Yeah, sure, and I'm not saying something that kills people early always saves
health system money. Just that it can (a lot of analysis of cigarette smoking
have showed that reducing smoking in many countries has a net public cost,
considering the aggregate of health and public pension payments, and I think
in some cases that was true of health costs alone.

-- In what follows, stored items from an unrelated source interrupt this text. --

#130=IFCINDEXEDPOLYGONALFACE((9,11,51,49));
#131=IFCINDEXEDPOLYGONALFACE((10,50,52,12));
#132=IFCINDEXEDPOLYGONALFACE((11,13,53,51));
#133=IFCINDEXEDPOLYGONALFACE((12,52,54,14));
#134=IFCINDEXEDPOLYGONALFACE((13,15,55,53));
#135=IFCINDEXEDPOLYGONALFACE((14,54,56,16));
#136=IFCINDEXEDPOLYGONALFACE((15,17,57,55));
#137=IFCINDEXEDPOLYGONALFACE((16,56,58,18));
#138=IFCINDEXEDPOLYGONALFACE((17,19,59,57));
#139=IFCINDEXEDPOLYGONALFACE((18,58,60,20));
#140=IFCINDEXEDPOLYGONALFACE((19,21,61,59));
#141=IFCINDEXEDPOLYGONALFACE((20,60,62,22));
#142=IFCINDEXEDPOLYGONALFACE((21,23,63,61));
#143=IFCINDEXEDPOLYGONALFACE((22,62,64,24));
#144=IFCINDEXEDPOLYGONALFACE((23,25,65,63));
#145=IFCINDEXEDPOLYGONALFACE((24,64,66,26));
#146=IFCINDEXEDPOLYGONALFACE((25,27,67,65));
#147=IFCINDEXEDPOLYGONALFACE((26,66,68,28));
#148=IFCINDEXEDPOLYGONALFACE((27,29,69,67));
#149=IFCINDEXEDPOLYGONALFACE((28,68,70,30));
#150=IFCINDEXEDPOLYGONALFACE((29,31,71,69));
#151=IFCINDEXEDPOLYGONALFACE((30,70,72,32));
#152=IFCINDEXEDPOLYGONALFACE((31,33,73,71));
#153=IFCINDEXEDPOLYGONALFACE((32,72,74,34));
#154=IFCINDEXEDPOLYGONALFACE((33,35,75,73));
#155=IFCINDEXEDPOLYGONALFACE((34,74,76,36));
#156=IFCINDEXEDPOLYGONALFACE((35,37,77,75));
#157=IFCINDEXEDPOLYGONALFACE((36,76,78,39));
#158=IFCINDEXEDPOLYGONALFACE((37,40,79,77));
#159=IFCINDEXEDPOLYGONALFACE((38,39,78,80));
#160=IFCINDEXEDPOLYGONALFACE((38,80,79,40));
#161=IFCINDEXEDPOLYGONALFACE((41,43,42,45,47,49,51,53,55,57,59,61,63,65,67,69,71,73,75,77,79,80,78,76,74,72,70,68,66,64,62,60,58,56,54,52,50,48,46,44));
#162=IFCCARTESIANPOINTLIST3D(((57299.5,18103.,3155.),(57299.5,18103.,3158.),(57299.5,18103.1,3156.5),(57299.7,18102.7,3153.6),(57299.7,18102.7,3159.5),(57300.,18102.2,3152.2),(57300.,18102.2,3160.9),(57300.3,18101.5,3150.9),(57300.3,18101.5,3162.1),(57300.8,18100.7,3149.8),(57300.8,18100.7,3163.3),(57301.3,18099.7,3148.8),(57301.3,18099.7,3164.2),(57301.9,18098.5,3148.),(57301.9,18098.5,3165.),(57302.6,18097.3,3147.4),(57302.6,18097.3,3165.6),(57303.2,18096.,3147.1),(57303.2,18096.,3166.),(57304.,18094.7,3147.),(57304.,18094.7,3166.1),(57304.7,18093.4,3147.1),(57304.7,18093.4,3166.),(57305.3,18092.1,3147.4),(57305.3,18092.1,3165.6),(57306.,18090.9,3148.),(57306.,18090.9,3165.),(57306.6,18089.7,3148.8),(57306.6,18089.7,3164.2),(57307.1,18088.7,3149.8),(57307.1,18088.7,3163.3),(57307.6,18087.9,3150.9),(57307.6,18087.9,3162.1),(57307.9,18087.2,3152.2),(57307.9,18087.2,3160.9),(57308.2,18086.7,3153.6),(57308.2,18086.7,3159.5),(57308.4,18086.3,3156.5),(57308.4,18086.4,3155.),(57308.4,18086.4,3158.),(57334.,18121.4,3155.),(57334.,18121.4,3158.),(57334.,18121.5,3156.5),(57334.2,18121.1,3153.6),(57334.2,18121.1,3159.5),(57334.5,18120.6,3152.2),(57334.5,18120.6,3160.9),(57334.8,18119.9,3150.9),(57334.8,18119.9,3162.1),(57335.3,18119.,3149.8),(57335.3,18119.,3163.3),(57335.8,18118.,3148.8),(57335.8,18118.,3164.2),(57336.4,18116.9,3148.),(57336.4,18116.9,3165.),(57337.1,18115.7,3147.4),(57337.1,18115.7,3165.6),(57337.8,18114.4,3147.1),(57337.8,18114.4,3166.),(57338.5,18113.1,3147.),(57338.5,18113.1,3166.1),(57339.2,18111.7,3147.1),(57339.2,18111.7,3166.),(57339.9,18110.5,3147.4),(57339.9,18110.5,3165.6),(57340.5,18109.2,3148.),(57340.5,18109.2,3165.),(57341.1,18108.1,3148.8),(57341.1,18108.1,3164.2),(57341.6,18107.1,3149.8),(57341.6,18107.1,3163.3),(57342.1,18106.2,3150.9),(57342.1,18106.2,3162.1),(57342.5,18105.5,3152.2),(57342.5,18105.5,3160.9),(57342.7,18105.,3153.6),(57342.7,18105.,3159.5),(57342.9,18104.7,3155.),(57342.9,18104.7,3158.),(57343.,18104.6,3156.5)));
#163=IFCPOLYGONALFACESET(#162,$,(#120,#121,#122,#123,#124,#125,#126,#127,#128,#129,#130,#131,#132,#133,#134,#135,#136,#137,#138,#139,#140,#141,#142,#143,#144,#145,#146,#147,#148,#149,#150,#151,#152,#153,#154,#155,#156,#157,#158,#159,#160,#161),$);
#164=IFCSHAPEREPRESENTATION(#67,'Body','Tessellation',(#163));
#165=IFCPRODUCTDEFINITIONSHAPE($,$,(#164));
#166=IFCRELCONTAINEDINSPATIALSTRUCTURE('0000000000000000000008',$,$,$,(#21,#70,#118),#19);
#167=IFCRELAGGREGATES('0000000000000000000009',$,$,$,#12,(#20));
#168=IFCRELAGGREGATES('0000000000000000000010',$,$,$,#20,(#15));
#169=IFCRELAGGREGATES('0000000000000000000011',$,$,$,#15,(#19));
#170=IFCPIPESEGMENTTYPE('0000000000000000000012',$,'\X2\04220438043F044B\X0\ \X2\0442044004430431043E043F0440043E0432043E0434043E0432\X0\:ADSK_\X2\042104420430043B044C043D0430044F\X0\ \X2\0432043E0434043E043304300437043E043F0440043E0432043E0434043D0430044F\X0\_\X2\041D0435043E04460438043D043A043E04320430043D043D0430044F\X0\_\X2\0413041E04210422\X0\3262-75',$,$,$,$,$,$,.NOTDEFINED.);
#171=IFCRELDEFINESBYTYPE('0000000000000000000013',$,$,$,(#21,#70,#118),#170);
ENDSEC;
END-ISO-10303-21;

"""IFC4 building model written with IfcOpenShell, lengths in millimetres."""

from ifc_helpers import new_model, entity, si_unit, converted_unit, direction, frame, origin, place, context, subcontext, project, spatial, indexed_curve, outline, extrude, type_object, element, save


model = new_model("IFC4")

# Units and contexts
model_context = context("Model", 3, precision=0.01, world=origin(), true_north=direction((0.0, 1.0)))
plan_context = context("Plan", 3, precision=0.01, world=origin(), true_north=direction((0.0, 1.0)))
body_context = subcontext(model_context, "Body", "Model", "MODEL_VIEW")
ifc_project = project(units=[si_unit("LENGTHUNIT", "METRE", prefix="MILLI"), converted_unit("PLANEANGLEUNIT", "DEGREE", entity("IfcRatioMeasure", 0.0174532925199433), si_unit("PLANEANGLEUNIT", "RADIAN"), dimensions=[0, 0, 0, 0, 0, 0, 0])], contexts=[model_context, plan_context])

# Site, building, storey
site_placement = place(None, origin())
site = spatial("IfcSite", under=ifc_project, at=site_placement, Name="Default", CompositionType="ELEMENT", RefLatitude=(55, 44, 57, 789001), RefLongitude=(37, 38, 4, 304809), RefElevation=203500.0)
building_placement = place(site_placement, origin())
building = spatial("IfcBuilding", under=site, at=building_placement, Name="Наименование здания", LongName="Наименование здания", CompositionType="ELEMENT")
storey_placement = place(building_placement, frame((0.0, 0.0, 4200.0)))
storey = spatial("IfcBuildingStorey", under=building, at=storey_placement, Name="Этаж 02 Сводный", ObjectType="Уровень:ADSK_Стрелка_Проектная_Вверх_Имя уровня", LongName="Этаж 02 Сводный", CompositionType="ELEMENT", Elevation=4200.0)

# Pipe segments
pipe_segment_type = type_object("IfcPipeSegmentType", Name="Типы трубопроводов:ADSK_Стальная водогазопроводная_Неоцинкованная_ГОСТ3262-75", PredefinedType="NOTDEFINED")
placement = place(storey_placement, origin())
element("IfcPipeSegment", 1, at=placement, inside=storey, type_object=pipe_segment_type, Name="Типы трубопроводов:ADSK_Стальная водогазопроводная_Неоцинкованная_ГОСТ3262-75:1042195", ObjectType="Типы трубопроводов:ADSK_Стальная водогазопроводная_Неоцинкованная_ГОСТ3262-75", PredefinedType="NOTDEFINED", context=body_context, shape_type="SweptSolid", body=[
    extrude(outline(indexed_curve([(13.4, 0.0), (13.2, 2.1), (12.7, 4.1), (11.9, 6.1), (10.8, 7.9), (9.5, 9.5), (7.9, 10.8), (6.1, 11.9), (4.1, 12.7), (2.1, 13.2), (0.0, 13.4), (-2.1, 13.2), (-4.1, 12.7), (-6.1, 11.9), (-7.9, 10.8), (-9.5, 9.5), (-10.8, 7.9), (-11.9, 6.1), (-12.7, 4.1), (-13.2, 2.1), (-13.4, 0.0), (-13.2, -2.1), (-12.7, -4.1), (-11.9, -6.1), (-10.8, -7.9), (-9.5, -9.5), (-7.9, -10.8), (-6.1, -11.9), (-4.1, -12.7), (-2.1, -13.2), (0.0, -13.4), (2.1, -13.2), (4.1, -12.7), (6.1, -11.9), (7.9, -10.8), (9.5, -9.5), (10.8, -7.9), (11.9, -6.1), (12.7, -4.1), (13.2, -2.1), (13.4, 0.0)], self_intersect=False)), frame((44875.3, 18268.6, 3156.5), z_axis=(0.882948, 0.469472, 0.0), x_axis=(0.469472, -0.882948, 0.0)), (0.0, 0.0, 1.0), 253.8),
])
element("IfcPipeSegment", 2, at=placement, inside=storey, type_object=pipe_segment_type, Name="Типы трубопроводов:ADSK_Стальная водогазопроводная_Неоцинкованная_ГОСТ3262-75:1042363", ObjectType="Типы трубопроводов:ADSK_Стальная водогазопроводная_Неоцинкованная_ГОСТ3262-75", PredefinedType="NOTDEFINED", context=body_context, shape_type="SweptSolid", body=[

> Not to mention the fact that unhealthy levels of pollution can lower the
> quality of life for a great many citizens, something most people think that
> governments should care about.

Sure, quality of life is another important concern aside from health costs.
I'm definitely not saying deadly pollution is a net good, even if it might
save public health costs.

------
rdl
From what I've read, the German green energy policy has caused: * Really
expensive per-KW/h power * Shutting down nuclear and natural gas (some) *
Reliance on coal due to peaking/load/etc. issues with renewable * Importing
coal (high cost to transport, including energy cost) * Dependence on Russia

It's good that they pushed solar and wind tech forward, but Germany just
doesn't seem like a good place to deploy solar. Natural gas power is the
cleanest fossil fuel and probably the best short term option (although without
LNG it's still exposed to Russia), with renewables and Europe-wide grid ties
in the longer term. Natural gas also has a 20-40 year lifespan for plants, so
replacing coal with gas now and then replacing gas with even better renewables
down the line seems like a good strategy.

------
makomk
Last hard-coal mine. As far as I know, they're still mining lignite/brown coal
in vast open-cast mines swallowing up the German countryside.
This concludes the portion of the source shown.